The idea is that the coin before handling has some probability of heads, but each time it is picked up that probability could change (maybe it is bent by the statistician's mighty thumb). The slope gives the amount of change in this probability each flip: for example, a coin that starts fair and which has a slope of 0.01 has a probability of heads of 0.51 (0.50 + 0.01) on its first flip, 0.52 on its second, and so forth. If the act of flipping has absolutely no effect on the probability of heads, slope can be set to be zero, though using stats::dbinom() for this particular edge case should be faster.

dcoin_linear(
  nheads,
  nflips,
  preflip_prob = 0.5,
  slope = 0.1,
  log = FALSE,
  outside_bounds_is_NA = FALSE
)

Arguments

nheads

Number of heads

nflips

Total number of flips (heads and tails)

preflip_prob

Probability of heads before the coin is handled

slope

How much the probability changes each time the coin is flipped

log

If TRUE return log transformed probabilities.

outside_bounds_is_NA

If TRUE, if any probability of heads is outside the bounds of probability, the function returns NA. Otherwise, it sets the value to the nearer bound.

Value

The likelihood of the data (or log likelihood if log=TRUE)

Details

Of course, if all we have is the total number of heads and total number of flips, we do not know if it was HTT, THT, or TTH. For the particular case of a slope set to exactly zero the order does not matter, but in the general case it will.

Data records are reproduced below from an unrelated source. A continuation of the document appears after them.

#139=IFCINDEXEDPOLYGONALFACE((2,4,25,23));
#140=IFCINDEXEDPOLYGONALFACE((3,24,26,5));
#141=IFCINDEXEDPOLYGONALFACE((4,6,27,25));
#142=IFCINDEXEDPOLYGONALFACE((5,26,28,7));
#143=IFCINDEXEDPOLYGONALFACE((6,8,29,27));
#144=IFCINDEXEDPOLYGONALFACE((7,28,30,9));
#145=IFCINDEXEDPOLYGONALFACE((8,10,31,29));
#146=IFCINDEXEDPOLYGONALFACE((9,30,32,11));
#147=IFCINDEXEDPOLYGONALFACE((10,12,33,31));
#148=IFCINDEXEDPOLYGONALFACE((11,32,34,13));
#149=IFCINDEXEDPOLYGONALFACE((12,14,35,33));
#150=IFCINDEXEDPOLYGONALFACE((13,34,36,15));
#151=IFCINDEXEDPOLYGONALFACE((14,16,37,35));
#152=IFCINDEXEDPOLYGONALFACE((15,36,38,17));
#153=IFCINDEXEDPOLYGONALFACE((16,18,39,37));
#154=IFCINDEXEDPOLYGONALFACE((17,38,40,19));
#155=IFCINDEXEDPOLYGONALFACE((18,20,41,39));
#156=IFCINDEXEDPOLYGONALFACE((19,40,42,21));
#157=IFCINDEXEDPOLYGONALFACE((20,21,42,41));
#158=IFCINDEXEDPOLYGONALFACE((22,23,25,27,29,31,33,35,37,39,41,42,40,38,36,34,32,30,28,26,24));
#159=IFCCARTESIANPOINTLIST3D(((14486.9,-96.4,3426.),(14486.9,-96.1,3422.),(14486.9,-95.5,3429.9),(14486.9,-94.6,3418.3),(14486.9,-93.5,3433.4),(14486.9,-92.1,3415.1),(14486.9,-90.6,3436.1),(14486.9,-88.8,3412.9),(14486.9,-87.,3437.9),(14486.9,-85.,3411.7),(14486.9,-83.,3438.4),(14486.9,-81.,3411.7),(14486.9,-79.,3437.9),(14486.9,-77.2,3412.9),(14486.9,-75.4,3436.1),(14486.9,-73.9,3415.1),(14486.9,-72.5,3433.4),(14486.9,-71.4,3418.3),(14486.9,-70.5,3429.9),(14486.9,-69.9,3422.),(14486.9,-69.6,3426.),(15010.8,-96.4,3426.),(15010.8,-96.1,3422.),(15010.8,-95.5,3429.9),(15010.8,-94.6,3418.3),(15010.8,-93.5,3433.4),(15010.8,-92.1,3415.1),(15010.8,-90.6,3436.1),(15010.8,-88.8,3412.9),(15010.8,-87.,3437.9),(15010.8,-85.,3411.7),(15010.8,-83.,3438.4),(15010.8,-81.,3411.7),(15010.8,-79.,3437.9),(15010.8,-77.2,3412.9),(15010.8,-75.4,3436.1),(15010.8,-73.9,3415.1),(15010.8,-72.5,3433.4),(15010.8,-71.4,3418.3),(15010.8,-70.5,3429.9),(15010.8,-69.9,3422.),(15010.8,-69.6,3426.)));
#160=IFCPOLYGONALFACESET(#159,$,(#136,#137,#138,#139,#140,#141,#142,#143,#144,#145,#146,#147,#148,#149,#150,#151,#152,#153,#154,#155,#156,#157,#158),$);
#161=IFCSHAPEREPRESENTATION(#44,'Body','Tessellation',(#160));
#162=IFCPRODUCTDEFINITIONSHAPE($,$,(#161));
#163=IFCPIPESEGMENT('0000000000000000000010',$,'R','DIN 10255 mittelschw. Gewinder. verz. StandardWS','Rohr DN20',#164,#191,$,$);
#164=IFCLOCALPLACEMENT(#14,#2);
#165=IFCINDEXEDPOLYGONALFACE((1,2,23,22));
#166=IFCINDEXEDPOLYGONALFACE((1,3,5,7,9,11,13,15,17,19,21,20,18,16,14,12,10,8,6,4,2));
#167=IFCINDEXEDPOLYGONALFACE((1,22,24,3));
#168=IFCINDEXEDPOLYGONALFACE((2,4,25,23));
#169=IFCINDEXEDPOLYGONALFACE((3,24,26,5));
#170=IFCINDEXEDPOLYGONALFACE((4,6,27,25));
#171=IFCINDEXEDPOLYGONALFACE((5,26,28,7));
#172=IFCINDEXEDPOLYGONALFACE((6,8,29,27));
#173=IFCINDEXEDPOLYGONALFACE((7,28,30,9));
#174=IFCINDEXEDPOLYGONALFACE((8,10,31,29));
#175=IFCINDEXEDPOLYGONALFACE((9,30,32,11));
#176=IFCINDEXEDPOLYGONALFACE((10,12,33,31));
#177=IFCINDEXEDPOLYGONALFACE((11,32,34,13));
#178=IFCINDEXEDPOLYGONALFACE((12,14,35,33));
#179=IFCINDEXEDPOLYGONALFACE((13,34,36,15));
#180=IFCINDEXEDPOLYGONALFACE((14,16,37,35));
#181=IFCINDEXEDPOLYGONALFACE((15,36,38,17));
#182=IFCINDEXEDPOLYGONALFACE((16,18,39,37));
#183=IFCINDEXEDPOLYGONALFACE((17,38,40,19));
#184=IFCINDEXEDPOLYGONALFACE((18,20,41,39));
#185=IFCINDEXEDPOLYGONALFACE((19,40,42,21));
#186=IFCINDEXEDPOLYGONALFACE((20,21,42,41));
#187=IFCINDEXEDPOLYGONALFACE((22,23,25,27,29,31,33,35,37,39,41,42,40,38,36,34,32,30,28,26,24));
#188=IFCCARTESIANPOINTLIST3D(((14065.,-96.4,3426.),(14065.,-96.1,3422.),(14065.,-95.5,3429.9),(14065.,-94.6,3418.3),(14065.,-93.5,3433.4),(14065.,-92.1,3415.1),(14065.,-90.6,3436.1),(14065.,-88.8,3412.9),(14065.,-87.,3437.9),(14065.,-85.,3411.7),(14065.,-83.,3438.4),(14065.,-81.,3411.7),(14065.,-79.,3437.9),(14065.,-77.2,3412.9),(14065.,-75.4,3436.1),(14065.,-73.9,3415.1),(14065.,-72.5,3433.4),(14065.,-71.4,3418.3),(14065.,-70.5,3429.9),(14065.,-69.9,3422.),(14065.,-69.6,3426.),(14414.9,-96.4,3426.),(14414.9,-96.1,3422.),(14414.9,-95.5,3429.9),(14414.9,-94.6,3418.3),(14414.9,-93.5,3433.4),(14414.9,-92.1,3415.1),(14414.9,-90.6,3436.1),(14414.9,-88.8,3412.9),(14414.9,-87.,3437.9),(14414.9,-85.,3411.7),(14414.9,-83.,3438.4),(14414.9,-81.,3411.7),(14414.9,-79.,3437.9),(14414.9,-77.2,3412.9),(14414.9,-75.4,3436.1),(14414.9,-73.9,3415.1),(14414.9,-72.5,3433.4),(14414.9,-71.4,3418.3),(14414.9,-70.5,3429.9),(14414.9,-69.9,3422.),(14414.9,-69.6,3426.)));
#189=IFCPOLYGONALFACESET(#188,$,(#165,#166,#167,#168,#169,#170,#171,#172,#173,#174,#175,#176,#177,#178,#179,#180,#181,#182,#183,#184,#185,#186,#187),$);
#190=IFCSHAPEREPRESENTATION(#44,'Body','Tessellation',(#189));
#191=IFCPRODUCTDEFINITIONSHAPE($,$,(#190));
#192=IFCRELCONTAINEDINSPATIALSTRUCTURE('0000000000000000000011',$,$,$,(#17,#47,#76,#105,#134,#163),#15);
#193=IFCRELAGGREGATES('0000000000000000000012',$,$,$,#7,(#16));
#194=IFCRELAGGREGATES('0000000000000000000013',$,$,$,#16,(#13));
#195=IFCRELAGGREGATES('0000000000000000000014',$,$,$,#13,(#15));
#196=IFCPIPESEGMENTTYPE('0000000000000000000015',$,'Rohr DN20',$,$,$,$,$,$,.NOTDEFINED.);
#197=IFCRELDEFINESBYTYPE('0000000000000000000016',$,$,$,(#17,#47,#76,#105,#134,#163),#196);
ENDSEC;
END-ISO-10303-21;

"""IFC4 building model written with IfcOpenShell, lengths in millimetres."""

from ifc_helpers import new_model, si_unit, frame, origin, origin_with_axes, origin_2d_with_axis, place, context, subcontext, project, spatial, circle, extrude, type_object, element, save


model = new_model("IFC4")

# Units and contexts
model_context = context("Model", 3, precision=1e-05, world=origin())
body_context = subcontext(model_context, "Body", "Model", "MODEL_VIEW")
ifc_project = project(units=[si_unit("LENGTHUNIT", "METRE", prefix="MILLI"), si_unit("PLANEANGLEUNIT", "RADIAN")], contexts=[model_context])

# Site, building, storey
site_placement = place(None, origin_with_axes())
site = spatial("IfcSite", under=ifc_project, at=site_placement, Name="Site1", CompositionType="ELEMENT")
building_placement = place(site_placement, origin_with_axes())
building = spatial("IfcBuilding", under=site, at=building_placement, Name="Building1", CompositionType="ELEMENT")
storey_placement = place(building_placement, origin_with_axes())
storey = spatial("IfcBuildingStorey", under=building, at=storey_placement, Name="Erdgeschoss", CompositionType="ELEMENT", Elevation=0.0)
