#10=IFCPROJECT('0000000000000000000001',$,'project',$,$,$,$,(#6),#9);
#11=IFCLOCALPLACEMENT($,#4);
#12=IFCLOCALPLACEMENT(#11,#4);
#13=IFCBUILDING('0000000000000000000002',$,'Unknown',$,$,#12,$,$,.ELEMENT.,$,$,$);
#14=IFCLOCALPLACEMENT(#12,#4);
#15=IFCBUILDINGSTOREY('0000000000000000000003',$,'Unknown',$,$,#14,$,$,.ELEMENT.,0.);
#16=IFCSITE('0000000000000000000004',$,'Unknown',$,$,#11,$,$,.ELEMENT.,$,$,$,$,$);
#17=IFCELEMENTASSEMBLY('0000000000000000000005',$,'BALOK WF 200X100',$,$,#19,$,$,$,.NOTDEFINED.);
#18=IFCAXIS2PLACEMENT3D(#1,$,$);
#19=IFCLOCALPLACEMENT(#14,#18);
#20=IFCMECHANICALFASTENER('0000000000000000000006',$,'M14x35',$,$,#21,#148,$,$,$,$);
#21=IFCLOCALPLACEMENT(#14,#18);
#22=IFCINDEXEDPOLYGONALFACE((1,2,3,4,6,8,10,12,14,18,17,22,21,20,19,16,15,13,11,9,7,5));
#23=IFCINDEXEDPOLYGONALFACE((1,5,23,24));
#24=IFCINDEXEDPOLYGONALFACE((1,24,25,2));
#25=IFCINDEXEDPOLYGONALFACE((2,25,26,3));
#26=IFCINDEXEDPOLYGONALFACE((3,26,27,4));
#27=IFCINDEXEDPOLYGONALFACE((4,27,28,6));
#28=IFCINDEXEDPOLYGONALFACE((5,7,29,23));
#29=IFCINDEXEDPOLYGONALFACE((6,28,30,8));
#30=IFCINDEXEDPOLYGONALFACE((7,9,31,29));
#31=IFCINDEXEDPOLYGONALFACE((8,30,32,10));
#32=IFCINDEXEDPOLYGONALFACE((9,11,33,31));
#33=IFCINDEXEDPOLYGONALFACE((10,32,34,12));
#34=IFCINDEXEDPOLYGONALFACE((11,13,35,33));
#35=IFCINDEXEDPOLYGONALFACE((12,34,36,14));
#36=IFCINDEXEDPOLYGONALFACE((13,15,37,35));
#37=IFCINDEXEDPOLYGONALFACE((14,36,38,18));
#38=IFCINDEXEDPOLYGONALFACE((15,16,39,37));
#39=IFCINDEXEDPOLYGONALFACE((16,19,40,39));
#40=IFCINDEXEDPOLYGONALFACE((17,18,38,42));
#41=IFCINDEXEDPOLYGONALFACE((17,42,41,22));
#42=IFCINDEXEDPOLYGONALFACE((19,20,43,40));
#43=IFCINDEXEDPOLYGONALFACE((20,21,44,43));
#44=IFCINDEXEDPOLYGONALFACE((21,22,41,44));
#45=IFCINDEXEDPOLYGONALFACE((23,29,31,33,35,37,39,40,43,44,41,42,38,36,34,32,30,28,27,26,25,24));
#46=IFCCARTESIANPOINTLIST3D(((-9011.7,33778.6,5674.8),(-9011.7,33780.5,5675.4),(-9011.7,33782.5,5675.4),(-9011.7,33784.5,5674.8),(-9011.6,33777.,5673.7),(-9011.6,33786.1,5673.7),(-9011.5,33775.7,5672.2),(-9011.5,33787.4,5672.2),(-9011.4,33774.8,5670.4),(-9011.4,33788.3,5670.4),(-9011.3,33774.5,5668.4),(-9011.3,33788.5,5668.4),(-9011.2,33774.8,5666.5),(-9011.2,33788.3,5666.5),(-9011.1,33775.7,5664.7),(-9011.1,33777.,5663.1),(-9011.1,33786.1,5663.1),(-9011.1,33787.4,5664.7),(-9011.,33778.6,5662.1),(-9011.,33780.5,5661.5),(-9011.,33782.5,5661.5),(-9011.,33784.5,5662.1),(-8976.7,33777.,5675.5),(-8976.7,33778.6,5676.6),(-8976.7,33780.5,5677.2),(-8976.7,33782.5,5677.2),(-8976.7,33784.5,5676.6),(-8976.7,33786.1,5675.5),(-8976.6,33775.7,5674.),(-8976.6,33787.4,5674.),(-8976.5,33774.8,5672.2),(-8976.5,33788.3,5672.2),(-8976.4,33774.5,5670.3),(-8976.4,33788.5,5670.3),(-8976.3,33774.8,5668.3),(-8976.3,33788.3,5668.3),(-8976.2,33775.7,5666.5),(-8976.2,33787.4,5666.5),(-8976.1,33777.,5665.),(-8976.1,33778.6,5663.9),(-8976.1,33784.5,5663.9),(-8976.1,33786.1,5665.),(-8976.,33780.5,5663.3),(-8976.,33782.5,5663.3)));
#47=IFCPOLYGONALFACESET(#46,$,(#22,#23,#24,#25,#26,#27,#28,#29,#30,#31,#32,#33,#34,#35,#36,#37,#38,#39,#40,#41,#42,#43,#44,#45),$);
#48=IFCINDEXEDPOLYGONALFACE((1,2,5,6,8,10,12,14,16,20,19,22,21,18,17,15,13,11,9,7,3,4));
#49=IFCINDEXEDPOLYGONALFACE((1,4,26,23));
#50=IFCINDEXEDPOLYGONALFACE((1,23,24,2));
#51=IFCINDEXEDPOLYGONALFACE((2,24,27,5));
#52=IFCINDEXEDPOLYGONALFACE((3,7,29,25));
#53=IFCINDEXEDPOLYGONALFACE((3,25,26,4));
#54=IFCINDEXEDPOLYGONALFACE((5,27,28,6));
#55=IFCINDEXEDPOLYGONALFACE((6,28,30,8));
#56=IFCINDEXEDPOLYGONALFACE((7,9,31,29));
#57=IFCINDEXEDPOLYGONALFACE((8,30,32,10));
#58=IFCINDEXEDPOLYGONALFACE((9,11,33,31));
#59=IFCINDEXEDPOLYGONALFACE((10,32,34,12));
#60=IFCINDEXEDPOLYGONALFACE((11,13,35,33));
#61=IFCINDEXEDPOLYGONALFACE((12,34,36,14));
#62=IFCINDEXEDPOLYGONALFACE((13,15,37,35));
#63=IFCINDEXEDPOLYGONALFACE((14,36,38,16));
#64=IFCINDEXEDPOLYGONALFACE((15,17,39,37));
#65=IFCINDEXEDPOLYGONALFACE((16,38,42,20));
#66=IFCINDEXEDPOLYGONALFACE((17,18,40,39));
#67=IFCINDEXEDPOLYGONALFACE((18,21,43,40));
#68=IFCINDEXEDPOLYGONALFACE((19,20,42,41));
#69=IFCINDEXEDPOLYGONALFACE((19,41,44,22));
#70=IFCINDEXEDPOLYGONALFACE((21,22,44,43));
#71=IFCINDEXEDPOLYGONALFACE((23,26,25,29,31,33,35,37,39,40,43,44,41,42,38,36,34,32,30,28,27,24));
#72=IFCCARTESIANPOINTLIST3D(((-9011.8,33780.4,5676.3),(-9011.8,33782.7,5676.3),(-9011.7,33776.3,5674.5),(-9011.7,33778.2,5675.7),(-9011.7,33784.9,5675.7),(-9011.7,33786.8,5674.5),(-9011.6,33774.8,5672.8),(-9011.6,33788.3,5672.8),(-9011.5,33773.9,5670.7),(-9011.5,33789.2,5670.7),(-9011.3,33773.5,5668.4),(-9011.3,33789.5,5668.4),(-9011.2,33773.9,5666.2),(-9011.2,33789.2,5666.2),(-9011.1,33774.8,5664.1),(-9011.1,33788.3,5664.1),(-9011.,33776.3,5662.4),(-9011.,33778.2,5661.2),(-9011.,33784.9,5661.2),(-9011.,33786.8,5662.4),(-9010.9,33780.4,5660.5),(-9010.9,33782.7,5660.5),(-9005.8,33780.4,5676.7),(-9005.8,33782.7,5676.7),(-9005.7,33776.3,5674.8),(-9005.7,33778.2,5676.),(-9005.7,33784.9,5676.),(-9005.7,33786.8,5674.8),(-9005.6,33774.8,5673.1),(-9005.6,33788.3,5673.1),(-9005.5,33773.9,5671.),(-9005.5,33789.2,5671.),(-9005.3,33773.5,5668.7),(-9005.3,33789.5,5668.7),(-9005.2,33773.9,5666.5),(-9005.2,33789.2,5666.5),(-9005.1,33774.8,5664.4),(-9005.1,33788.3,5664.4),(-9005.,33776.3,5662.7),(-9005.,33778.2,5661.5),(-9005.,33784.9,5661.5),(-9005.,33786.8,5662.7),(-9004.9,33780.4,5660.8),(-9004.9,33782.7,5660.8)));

For example, if the probability of heads increases with each flip, HTT is less likely than TTH even though each has one heads out of three flips. The current code looks at all possibilities exhaustively, but more efficient ways to calculate this undoubtedly exist. Pull requests are welcome. It also means this may be slow as the number of flips increases.

For some slopes and preflip probabilities,the probabilities of heads on a given flip may be outside the 0 to 1 bounds. By default, if this happens the function returns NA. If outside_bounds_is_NA is FALSE, it moves the probabilities to the nearer bound.